「・・・がする」

いよいよ明日から76期生宿泊野外行事です。学年主任の先生から1年数か月かけて準備してきたプログラムを大事にしていこうというお言葉をいただき、行事委員の方々の「久米島に行きたいか?」という問いかけに、天気を祈って現れたテルテル坊主とともにみんなで一つになる瞬間に立ち会えました。

微力ながら、雨男(責任を感じております。オーストラリアの砂漠の真ん中に史上2番目の雨が降る機会をもたらしました...。)返上のお祈りをしつつ、ご挨拶いたしました。以下はそのご挨拶です。

 早速ですが。簡単なクイズに答えていただけますか。3つクイズを出します。頭の体操だと思って協力してください。英語の知覚動詞をいくつか教えてほしいのです。周り近所の人と話してみてください。see, hear, feel, smell, (taste), observe, notice

 では次に英語で表現するうえでいろんな使い方ができる便利な動詞を3(4という人もいる)つあげるとすれば何をあげますか?諸説あるので、ここでは助動詞のようにも使える動詞3(4)つと言えば何が思い浮かびますか。 do, have, be(get)

 doは疑問文や否定文を作る際、haveは完了形、beは受動態や進行形を使う際に使います。動詞としてはdo「する」have「持つ」be「ある」get「なる」、それぞれ多様な表現を生み出します。
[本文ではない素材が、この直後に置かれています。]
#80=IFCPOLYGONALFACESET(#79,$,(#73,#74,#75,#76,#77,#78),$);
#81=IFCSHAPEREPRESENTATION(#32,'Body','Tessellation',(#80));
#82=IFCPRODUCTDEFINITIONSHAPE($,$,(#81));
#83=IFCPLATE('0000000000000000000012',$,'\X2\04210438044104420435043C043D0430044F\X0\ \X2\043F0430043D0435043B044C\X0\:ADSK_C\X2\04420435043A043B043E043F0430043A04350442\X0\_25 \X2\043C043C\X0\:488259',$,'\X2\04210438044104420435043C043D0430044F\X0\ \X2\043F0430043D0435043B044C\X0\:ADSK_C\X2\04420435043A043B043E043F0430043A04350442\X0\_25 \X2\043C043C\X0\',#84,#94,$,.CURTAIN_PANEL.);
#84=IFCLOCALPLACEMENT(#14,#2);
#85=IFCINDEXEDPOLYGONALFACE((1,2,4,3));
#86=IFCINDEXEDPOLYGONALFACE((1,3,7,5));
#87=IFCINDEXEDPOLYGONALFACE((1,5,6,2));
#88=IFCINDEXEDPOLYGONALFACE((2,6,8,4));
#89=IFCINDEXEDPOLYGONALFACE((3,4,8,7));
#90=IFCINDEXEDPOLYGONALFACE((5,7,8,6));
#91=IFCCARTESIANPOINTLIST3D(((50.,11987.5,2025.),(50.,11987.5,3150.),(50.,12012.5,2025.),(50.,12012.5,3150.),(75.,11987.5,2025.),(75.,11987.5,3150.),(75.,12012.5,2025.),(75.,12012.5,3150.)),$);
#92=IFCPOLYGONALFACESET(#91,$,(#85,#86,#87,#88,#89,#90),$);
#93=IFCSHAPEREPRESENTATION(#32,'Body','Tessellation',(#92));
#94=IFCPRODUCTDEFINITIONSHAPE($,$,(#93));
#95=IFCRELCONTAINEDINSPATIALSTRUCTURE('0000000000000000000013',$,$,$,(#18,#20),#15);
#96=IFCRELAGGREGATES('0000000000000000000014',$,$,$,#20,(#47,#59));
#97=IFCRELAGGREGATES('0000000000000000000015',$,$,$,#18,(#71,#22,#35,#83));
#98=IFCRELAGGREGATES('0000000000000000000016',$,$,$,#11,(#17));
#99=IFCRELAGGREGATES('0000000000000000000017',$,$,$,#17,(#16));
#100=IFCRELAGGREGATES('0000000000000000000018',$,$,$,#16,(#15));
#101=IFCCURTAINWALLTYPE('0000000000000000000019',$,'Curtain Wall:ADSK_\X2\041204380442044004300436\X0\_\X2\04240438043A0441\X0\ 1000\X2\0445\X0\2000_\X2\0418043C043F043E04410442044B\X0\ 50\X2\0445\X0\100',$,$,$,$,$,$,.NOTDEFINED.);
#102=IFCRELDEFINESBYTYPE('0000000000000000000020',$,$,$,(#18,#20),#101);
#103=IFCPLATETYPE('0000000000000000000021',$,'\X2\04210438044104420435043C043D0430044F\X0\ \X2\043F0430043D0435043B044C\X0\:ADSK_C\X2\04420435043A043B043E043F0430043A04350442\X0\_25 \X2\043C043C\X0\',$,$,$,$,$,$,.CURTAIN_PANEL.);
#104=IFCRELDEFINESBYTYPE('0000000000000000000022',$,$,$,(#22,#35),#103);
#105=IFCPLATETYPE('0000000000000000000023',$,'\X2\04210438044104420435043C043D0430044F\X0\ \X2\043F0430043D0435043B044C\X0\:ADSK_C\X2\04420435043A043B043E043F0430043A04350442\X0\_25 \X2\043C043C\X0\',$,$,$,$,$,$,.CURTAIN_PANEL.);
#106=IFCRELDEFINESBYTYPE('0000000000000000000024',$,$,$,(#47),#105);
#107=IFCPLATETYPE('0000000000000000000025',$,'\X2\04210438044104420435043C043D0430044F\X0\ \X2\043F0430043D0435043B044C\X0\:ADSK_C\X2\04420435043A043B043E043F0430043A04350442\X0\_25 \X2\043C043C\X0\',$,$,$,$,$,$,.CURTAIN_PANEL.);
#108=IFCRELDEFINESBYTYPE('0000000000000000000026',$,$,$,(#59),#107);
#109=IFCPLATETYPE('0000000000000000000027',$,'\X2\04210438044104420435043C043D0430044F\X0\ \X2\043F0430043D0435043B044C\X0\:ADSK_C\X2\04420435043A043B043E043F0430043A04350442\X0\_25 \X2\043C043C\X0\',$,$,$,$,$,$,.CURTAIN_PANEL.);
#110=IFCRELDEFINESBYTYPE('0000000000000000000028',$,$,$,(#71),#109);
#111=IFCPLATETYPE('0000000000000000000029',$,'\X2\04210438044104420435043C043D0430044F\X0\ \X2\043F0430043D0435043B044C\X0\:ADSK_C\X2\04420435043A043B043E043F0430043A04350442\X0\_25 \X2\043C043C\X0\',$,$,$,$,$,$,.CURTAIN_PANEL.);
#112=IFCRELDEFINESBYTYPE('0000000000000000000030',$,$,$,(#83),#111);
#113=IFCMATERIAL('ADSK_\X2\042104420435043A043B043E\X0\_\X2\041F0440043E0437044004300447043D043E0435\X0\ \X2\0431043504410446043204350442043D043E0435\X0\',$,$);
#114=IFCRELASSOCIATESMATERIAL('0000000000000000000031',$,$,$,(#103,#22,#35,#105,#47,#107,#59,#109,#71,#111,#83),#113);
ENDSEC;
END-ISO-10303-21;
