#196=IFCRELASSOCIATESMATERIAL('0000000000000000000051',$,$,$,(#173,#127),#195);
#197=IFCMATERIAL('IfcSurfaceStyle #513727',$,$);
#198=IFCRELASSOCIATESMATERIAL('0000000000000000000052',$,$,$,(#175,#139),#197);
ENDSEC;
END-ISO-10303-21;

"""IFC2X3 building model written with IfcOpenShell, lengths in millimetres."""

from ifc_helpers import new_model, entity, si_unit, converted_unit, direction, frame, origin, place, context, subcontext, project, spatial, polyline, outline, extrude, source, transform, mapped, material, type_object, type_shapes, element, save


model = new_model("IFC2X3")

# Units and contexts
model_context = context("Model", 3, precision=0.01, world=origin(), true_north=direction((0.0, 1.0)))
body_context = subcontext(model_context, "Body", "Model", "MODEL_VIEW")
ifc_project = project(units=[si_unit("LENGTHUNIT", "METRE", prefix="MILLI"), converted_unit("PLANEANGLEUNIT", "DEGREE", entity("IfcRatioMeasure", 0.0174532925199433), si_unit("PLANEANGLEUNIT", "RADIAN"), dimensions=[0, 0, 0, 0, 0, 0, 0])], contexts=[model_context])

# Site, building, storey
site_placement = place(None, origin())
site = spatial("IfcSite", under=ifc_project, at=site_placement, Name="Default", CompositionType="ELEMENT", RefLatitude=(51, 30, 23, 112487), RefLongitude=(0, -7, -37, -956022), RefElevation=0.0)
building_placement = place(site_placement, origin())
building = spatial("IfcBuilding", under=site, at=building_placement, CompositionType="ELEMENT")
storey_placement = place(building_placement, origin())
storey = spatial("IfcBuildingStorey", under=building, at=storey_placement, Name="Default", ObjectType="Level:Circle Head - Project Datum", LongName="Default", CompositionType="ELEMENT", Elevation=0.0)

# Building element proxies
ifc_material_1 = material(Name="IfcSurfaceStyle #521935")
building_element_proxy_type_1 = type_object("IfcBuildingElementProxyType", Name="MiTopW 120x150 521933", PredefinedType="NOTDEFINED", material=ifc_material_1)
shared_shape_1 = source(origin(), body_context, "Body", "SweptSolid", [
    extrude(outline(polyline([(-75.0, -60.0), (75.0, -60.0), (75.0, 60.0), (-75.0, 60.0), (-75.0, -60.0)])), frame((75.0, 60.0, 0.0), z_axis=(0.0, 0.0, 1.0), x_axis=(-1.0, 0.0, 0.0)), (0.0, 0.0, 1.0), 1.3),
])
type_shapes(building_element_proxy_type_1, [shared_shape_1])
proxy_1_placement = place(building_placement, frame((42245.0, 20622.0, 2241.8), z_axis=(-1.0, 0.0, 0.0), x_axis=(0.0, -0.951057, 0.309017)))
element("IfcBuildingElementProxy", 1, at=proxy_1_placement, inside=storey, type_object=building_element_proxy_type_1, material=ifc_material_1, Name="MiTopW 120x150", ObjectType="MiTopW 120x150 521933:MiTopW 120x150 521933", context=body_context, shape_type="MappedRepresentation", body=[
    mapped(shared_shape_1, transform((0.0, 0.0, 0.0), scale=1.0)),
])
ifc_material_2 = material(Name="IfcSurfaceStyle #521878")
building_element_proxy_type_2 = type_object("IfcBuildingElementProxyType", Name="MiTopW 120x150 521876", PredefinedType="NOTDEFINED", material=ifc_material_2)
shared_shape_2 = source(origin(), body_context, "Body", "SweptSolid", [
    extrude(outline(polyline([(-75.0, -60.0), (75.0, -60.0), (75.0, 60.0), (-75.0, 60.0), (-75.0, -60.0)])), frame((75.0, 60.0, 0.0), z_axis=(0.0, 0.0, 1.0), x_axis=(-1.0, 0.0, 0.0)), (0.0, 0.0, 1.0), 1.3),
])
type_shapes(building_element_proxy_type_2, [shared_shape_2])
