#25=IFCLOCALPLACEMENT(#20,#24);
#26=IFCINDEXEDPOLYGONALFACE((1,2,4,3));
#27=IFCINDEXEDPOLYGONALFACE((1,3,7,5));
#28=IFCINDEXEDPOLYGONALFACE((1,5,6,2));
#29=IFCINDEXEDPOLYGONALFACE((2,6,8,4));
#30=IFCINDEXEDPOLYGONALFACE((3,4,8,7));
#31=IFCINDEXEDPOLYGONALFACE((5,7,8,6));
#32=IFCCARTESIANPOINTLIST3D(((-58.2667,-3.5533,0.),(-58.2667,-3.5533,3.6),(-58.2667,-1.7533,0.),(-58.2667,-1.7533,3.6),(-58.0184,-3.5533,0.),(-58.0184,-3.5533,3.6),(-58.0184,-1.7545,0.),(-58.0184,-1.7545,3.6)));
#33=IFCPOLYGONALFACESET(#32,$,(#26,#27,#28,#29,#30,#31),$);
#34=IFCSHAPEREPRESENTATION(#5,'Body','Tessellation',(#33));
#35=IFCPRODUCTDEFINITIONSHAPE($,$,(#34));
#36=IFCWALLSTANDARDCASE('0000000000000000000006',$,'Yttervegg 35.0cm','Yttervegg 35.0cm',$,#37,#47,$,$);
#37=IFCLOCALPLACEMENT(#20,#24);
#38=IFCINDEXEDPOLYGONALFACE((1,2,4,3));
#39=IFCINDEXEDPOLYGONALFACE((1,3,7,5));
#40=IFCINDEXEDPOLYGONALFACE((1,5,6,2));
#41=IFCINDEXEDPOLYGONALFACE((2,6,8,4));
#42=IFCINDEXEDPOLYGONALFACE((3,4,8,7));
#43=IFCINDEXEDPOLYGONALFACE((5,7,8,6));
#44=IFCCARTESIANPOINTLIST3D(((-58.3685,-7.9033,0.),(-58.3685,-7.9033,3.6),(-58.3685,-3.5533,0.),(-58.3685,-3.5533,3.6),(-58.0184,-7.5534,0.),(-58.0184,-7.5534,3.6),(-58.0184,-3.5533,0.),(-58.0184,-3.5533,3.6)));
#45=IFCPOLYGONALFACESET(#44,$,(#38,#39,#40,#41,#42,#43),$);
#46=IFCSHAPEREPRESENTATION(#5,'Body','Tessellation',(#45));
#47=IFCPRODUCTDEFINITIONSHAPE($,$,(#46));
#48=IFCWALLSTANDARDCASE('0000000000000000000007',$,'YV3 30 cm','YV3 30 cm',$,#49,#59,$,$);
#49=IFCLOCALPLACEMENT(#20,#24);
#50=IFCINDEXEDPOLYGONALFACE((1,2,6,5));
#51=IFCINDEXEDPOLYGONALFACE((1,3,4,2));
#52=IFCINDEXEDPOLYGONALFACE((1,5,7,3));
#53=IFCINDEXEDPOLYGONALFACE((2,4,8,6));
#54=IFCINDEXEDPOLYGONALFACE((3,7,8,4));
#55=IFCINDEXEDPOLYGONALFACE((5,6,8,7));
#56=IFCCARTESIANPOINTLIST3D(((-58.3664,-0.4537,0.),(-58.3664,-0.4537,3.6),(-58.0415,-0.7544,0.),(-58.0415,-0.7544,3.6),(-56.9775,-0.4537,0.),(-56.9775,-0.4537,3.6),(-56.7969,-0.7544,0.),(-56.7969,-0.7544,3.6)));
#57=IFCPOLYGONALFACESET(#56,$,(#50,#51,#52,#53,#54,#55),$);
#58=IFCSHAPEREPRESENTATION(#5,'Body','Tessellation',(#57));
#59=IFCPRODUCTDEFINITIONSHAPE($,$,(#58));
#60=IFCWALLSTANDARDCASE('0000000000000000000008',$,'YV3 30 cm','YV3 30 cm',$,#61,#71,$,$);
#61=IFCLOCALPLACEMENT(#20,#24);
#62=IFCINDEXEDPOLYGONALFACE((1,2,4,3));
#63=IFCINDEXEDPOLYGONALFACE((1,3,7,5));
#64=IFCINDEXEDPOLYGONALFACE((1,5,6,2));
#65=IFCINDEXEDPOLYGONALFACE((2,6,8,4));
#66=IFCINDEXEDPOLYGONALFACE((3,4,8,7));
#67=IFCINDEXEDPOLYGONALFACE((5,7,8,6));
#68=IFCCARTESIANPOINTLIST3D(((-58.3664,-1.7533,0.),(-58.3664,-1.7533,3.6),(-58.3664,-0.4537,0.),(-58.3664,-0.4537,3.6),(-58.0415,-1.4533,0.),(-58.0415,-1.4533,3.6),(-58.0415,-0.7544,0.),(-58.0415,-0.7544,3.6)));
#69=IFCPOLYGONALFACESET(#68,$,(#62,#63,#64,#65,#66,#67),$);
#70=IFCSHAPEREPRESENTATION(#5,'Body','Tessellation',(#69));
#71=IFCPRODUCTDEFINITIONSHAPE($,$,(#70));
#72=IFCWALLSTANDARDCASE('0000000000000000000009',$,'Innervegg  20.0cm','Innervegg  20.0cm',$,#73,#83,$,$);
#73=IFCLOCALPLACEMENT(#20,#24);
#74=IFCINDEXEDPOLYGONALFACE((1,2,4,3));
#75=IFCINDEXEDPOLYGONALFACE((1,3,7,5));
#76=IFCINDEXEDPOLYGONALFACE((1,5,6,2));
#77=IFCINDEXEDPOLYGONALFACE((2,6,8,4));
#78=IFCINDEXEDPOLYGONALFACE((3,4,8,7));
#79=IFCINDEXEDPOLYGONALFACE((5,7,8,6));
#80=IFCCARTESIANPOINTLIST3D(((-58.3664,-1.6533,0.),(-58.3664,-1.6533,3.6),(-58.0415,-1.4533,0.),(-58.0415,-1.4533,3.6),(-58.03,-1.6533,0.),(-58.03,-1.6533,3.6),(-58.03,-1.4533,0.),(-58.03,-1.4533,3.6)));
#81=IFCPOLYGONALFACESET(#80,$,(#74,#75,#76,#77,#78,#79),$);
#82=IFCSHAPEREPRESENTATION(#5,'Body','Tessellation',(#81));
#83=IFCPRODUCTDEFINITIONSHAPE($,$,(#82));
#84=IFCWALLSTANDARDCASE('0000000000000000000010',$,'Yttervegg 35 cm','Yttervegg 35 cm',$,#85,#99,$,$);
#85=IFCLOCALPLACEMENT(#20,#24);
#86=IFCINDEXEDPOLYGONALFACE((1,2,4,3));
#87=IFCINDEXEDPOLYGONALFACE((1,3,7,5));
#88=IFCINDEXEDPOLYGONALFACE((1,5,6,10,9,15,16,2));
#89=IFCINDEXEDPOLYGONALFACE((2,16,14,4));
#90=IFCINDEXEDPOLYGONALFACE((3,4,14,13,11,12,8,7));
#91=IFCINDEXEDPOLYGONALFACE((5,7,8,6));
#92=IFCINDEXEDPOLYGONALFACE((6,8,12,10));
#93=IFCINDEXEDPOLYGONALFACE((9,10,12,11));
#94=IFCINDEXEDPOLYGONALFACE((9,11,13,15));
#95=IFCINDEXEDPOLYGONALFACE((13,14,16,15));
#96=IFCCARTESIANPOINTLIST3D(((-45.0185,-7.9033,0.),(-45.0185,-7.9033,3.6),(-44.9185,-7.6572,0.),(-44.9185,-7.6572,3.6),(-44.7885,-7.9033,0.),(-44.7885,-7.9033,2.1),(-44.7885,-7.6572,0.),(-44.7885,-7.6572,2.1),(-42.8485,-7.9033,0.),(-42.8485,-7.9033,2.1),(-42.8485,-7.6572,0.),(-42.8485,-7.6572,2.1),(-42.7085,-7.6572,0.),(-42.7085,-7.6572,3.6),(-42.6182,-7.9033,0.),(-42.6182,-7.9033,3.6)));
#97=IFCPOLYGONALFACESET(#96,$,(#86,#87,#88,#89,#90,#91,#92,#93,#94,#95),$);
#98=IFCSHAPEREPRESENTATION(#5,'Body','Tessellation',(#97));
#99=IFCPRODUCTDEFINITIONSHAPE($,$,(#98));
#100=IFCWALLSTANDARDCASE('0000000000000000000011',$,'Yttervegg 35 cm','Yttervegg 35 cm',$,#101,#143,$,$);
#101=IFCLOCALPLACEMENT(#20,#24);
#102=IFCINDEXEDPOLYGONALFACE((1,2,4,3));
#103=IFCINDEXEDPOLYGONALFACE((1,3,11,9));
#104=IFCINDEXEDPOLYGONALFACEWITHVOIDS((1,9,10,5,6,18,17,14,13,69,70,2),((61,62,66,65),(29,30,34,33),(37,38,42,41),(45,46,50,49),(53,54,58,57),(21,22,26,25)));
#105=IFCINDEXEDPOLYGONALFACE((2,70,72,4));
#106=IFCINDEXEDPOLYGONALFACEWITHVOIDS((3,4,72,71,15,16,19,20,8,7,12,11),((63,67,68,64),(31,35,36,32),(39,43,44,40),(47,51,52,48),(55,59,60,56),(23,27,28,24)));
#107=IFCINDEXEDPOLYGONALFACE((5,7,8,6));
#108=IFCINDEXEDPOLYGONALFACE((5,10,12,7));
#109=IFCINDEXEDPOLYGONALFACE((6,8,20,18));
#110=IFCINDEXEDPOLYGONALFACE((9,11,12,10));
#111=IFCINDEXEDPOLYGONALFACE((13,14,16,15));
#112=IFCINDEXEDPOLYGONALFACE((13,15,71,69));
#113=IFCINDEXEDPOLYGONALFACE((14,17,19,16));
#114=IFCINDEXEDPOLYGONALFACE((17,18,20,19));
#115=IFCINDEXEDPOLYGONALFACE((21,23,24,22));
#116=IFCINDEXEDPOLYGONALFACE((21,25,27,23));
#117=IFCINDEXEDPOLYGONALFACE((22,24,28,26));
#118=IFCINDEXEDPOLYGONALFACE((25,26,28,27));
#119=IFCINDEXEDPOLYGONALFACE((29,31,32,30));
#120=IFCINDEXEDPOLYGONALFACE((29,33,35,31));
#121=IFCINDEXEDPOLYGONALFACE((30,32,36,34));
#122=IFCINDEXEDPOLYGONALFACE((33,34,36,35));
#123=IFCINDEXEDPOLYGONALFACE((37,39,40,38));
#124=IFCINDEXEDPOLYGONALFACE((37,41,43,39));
 最後は日本語の問題です。未完成の例文を4つ出すので、do「する」have「持つ」be「ある」get「なる」のいずれかひらがな2文字の動詞を続けてください。

うわぁ、このクッキー黒糖の味が「・・」

みんな、聞いて!どこかで三線の音が「・・」

おいしそう!この近くでサーターアンダギーのにおいが「・・」

最終日、空港で帰りたくないって感じが「・・」

「する」という日本語で皆さん納得ですか?

 1999年4月から7月までの4か月、日本語教師になるための研修を受けました。その当時の東京外国語大学の留学センターでは文法中心ではなく、文型中心型の日本語教授法を採用していました。日本語の授業の中で教授が「味がする」「音がする」「においがする」「感じがする」という表現を取り上げ、なぜ、「味」「音」「におい」「感じ」という形のないものに、はっきりとした主語につく助詞「が」をつけて、はっきりとした行為を表す「する」という表現になるのでしょうか。現地の日本語学習者に説明できますか?教授の問いかけに、みんな必死であれこれとグループで話し合い、様々な意見を戦わせました。最終的には、教授も明確な答えを提示せず、「皆さんがそれぞれの日本語の言葉について様々な自分の持つ感覚とそして自分なりの意見を持っておくことが大切なのですよ。」ということを教えてくださいました。

 研修後オーストラリアで日本語を教え、その生徒たちを日本に連れてきたことを皮切りに、日本の高校生を世界各国へ連れていく中で、それぞれの学校の生徒が旅先で劇的に変わる、多岐にわたって「...がする」を楽しみつくした生徒がその後の人生を広げていく姿を見て「感じる」心、「味わう」力の大切さを感じてきました。

 宿泊野外行事で、見ること、聞くこと、味わうこと、感じること。すべてが皆さんにとっての生活や人生を大きく変える出来事になるものだと思います。「耳を澄まし、目を凝らし、心を研ぎ澄ませて、様々な『...がする』世界を堪能して、これからの人生の大きな第一歩になる出会いがあることを心から願って私からのエールといたします。よい旅を!